--- Information provided ---
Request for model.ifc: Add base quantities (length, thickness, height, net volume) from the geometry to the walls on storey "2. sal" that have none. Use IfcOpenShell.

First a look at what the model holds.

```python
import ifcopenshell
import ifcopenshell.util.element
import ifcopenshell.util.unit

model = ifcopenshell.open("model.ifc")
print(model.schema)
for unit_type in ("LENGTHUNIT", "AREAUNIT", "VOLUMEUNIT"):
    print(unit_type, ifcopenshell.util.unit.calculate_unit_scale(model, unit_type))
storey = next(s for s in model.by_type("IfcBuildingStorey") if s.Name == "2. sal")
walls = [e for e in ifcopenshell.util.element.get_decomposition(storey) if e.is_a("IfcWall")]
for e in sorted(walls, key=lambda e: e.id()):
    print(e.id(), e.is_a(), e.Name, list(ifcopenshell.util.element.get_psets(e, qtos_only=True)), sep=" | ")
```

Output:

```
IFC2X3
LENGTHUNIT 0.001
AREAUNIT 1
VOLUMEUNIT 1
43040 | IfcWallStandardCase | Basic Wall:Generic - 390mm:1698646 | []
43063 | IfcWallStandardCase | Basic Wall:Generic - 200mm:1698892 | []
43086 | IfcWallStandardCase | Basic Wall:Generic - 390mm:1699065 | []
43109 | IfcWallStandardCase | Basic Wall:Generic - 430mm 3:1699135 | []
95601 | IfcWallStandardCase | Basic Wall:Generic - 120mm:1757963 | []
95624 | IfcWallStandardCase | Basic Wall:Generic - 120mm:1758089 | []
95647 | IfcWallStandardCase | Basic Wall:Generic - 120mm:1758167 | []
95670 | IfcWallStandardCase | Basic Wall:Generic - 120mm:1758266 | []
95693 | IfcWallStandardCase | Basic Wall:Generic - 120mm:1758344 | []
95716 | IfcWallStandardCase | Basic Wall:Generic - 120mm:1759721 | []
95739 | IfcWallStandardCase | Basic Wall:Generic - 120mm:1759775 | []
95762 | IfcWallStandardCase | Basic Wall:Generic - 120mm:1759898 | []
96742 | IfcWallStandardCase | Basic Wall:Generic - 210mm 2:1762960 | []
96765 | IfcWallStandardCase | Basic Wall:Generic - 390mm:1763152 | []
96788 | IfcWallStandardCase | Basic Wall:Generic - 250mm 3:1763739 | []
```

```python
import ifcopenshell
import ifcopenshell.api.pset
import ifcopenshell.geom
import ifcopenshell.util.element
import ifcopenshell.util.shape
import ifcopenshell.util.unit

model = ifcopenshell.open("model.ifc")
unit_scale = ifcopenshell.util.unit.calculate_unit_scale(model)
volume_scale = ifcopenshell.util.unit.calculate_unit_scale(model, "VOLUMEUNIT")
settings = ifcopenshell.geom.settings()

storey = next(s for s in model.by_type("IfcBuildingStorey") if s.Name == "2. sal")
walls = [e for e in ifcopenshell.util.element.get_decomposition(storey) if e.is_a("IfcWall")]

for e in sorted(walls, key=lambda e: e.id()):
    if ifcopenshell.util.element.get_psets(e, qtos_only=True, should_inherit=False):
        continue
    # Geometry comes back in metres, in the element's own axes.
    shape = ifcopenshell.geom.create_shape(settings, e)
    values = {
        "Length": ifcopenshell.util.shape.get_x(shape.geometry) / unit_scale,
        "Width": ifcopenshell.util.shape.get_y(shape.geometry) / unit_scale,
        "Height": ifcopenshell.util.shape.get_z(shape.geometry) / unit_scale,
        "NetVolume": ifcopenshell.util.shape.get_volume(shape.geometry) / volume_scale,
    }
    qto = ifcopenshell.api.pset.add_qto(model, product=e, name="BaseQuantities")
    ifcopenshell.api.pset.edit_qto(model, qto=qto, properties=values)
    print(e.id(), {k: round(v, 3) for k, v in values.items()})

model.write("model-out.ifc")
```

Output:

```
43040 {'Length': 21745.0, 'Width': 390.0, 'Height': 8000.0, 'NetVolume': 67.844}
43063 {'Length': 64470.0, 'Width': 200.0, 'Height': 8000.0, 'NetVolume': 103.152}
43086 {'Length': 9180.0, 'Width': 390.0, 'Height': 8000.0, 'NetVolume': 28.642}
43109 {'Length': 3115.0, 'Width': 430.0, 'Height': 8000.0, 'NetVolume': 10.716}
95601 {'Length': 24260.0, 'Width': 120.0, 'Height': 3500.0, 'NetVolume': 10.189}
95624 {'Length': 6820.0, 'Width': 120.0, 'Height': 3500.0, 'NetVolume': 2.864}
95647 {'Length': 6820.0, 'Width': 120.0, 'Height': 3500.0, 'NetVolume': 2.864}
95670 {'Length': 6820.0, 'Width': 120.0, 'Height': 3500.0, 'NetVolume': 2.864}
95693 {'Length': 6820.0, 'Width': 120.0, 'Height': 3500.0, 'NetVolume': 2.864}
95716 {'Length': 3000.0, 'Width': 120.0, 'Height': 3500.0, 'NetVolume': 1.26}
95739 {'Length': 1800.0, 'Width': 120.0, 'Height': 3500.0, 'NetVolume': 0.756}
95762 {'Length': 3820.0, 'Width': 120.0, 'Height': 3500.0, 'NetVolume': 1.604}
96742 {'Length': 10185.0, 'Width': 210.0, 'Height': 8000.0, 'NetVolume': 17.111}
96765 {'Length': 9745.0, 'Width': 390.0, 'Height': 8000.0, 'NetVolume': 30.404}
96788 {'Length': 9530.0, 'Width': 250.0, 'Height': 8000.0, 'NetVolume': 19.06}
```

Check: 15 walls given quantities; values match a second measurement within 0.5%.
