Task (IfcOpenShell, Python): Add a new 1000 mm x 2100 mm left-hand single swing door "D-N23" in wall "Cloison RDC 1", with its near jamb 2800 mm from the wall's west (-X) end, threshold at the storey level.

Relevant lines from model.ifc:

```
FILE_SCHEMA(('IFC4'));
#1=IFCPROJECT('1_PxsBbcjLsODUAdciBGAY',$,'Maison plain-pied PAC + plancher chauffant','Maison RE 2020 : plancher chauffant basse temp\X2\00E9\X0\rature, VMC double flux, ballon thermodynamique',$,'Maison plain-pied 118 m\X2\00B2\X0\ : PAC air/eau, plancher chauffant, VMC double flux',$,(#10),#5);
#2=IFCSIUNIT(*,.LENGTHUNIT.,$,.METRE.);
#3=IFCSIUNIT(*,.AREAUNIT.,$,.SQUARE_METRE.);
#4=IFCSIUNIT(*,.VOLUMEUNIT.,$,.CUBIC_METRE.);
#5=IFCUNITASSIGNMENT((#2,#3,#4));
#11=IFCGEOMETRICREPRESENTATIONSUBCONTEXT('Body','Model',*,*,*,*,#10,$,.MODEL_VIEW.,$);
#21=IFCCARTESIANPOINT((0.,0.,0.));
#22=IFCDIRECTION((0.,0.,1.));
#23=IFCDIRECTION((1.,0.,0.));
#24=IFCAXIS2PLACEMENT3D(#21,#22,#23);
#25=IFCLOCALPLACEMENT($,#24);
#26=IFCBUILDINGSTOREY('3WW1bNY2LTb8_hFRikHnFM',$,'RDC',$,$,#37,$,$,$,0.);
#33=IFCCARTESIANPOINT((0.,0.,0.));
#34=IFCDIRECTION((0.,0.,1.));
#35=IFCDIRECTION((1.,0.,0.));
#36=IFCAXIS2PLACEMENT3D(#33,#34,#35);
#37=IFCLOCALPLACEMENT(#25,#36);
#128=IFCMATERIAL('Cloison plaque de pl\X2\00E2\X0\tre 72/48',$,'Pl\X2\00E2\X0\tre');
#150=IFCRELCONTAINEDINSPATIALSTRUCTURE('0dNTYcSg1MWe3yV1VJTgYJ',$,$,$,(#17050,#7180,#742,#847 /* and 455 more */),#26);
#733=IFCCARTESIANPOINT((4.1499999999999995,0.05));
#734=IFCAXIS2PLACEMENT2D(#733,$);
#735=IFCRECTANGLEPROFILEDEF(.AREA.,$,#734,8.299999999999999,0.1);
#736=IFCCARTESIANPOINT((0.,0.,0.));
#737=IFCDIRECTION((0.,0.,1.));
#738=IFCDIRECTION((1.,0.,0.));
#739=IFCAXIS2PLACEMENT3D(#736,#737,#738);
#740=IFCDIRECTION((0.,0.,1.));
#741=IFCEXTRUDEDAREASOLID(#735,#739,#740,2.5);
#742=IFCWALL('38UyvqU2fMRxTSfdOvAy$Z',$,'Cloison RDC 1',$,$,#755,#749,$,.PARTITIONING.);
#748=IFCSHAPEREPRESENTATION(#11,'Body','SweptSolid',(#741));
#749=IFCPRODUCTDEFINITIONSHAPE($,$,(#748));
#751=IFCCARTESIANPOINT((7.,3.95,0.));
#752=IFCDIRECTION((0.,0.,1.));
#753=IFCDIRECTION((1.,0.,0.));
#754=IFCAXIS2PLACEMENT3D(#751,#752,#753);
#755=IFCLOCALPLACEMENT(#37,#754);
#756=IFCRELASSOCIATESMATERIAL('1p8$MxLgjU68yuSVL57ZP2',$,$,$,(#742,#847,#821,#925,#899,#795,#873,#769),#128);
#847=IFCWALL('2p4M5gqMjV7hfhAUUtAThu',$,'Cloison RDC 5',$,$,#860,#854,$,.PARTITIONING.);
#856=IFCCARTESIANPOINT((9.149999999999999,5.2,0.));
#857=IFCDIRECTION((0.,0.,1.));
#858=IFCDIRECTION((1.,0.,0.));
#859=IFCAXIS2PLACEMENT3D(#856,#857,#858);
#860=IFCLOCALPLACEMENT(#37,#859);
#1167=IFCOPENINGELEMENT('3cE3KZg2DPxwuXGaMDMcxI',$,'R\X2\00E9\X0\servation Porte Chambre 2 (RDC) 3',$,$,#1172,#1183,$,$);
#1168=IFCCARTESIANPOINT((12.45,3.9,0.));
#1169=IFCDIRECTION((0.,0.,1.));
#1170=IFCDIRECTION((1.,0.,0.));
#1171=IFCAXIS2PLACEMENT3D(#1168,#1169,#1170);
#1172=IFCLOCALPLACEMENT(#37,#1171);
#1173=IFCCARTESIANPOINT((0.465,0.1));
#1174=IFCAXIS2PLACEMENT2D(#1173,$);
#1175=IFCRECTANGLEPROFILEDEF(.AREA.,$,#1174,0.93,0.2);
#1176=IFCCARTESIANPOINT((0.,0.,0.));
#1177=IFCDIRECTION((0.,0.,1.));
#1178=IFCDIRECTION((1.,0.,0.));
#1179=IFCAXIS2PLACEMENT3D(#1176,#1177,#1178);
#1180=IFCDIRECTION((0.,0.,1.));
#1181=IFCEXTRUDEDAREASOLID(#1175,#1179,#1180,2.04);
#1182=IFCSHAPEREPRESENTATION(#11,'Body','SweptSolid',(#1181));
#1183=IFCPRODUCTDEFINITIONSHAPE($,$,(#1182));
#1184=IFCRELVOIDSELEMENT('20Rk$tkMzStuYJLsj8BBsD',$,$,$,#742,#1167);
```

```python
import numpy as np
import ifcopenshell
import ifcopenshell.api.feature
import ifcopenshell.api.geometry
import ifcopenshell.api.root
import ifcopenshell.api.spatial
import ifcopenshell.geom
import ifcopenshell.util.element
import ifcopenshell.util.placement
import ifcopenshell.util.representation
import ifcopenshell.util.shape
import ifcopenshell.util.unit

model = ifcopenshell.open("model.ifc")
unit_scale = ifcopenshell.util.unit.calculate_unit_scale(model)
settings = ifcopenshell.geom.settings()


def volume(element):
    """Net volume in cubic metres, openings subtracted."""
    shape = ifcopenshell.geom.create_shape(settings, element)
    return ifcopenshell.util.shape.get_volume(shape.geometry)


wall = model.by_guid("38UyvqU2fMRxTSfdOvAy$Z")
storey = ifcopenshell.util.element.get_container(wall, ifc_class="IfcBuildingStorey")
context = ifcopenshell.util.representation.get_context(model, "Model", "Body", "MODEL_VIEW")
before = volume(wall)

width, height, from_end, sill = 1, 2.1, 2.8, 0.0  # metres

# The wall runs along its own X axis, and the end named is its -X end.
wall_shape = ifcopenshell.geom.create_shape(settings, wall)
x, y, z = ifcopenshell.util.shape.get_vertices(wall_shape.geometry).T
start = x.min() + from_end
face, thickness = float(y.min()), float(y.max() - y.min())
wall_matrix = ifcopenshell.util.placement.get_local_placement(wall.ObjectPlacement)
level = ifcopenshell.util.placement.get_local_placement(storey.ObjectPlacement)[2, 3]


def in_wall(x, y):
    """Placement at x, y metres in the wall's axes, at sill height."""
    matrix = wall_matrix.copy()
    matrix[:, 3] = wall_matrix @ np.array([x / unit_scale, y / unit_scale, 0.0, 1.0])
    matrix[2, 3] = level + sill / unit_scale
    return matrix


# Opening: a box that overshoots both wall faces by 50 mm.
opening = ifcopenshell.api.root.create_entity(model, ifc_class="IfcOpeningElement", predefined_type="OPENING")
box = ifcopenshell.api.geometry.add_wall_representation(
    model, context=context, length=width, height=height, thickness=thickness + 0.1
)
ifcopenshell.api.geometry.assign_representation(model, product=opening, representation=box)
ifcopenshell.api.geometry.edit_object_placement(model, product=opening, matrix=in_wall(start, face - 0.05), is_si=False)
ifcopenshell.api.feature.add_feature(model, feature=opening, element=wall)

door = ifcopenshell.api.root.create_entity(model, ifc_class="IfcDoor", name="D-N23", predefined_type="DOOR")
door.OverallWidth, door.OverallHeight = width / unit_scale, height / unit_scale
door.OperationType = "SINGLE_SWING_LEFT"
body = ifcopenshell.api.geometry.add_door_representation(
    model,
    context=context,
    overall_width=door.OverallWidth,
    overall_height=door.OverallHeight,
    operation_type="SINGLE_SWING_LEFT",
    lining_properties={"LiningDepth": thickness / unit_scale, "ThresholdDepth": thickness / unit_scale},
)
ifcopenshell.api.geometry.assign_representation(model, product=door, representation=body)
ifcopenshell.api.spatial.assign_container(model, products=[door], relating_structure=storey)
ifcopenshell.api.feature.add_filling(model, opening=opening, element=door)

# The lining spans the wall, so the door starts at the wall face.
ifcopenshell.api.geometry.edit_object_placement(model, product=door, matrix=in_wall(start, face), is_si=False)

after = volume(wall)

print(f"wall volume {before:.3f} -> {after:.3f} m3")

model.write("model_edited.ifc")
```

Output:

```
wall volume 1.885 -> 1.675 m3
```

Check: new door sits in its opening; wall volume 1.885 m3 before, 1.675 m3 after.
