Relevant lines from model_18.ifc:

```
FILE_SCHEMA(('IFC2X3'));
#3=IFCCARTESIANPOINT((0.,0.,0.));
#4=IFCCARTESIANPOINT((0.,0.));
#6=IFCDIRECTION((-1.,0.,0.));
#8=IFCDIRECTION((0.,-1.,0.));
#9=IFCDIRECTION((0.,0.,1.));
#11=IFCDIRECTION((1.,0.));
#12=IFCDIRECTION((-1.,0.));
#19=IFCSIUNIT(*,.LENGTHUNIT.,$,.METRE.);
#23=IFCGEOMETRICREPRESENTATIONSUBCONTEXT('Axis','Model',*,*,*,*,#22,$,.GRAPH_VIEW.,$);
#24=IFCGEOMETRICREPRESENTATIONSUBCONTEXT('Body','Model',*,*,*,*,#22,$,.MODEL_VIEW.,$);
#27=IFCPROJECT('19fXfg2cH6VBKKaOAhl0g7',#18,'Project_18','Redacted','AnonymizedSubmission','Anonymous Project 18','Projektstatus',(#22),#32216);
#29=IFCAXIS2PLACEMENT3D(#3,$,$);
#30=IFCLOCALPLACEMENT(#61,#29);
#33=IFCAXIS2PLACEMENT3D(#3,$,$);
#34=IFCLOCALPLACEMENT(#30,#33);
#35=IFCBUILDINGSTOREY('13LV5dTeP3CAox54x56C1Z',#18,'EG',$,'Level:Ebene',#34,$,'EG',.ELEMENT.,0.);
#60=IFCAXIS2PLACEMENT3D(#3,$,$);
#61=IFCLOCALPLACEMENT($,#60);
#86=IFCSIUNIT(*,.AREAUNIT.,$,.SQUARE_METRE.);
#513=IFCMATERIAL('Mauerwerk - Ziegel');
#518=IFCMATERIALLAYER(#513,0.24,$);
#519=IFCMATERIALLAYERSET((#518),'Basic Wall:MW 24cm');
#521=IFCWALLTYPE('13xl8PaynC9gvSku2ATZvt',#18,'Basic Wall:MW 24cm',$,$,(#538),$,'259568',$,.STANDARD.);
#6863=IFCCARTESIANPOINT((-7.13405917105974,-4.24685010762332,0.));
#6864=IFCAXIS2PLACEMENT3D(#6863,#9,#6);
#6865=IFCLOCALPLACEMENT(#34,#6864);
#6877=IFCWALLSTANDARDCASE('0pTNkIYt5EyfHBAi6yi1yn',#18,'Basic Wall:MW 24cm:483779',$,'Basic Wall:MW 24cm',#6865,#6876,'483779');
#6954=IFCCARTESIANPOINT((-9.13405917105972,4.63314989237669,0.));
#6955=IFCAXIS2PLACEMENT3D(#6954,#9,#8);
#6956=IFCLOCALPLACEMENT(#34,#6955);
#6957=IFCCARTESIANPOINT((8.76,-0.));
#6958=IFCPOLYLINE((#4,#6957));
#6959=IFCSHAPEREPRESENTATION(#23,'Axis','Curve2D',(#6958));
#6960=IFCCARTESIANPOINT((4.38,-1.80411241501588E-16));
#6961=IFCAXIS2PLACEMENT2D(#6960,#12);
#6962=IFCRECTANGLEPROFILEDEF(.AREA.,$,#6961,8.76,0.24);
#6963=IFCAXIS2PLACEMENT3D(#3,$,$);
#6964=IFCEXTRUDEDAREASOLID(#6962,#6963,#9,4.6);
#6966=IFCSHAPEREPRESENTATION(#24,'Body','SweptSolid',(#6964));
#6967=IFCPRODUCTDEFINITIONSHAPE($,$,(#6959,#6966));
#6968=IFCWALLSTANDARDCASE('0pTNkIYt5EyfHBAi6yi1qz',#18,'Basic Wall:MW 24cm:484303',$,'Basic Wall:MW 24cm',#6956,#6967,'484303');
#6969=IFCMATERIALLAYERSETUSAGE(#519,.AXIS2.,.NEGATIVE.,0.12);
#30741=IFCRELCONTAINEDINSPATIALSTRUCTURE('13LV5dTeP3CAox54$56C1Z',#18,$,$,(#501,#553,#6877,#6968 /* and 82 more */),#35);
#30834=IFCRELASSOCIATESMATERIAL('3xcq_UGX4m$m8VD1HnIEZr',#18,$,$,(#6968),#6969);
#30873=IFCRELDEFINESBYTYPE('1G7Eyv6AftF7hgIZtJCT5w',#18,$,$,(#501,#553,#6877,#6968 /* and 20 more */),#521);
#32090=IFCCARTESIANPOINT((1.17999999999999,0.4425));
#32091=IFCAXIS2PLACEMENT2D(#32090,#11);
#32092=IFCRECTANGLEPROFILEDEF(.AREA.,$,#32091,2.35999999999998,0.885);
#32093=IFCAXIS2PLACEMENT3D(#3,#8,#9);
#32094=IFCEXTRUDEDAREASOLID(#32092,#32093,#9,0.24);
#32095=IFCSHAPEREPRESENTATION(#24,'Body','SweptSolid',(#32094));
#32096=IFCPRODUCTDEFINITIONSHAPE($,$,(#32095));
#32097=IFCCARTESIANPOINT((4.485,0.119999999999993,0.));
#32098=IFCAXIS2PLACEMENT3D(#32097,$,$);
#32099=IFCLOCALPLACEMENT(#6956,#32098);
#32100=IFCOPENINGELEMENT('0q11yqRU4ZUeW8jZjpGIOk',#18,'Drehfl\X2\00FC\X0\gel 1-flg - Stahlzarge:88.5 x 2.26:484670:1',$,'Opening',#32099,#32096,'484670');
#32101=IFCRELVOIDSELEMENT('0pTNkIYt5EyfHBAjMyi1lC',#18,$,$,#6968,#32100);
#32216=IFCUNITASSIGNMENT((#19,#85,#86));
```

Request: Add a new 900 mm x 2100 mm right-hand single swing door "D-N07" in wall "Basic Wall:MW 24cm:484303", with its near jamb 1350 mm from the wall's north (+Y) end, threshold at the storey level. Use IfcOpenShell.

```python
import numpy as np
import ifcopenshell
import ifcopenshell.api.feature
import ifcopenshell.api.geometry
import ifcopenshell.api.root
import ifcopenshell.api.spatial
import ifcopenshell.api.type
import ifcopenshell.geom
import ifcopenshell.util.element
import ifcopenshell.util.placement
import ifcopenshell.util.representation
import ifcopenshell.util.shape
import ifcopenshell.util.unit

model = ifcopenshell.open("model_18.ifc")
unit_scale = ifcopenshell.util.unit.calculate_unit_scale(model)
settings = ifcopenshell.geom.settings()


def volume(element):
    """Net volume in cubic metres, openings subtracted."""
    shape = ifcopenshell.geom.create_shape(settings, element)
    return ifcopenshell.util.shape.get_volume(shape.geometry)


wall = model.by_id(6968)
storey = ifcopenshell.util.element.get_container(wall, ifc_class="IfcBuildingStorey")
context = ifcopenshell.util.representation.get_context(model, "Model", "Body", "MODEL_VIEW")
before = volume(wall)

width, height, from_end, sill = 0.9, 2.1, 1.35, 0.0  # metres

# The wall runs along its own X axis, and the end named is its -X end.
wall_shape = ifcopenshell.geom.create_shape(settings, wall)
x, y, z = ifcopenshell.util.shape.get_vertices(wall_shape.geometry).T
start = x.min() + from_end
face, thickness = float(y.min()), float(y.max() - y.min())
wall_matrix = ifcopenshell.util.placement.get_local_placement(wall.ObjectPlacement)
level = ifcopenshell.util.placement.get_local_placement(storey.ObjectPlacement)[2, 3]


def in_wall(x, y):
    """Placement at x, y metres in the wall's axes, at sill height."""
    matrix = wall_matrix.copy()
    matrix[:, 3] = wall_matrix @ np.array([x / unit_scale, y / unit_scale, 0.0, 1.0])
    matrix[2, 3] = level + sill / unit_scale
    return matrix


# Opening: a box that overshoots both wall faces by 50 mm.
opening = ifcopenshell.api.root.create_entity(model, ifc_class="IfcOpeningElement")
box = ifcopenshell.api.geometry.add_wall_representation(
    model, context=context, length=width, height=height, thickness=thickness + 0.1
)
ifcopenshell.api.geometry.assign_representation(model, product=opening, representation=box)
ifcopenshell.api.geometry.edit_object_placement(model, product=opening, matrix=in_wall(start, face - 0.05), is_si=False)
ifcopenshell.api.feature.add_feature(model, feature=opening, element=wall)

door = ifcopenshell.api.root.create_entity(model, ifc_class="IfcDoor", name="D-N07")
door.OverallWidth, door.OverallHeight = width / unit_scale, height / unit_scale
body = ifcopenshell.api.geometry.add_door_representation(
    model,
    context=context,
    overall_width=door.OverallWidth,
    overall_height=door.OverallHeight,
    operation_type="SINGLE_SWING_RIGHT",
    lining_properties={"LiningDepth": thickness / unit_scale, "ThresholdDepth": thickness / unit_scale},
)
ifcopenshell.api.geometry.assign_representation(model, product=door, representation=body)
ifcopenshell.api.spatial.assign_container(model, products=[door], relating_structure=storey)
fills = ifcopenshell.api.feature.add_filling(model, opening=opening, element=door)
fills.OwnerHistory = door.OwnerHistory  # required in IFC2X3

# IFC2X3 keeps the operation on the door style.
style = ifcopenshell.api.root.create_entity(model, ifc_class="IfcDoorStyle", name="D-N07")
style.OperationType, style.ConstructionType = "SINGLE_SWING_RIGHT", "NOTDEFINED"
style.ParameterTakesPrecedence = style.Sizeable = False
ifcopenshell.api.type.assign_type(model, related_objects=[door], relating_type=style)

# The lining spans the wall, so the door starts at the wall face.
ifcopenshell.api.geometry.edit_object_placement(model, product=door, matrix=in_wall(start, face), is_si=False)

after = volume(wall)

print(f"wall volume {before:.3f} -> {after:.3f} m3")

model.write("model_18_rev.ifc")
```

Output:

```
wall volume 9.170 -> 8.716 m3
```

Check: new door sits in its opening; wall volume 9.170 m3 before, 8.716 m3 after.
---
= Work task =
Copy each line of the listing that carries the word "IFCRELASSOCIATESMATERIAL".

= Response to this exercise =
#756=IFCRELASSOCIATESMATERIAL('1p8$MxLgjU68yuSVL57ZP2',$,$,$,(#742,#847,#821,#925,#899,#795,#873,#769),#128);
#30834=IFCRELASSOCIATESMATERIAL('3xcq_UGX4m$m8VD1HnIEZr',#18,$,$,(#6968),#6969);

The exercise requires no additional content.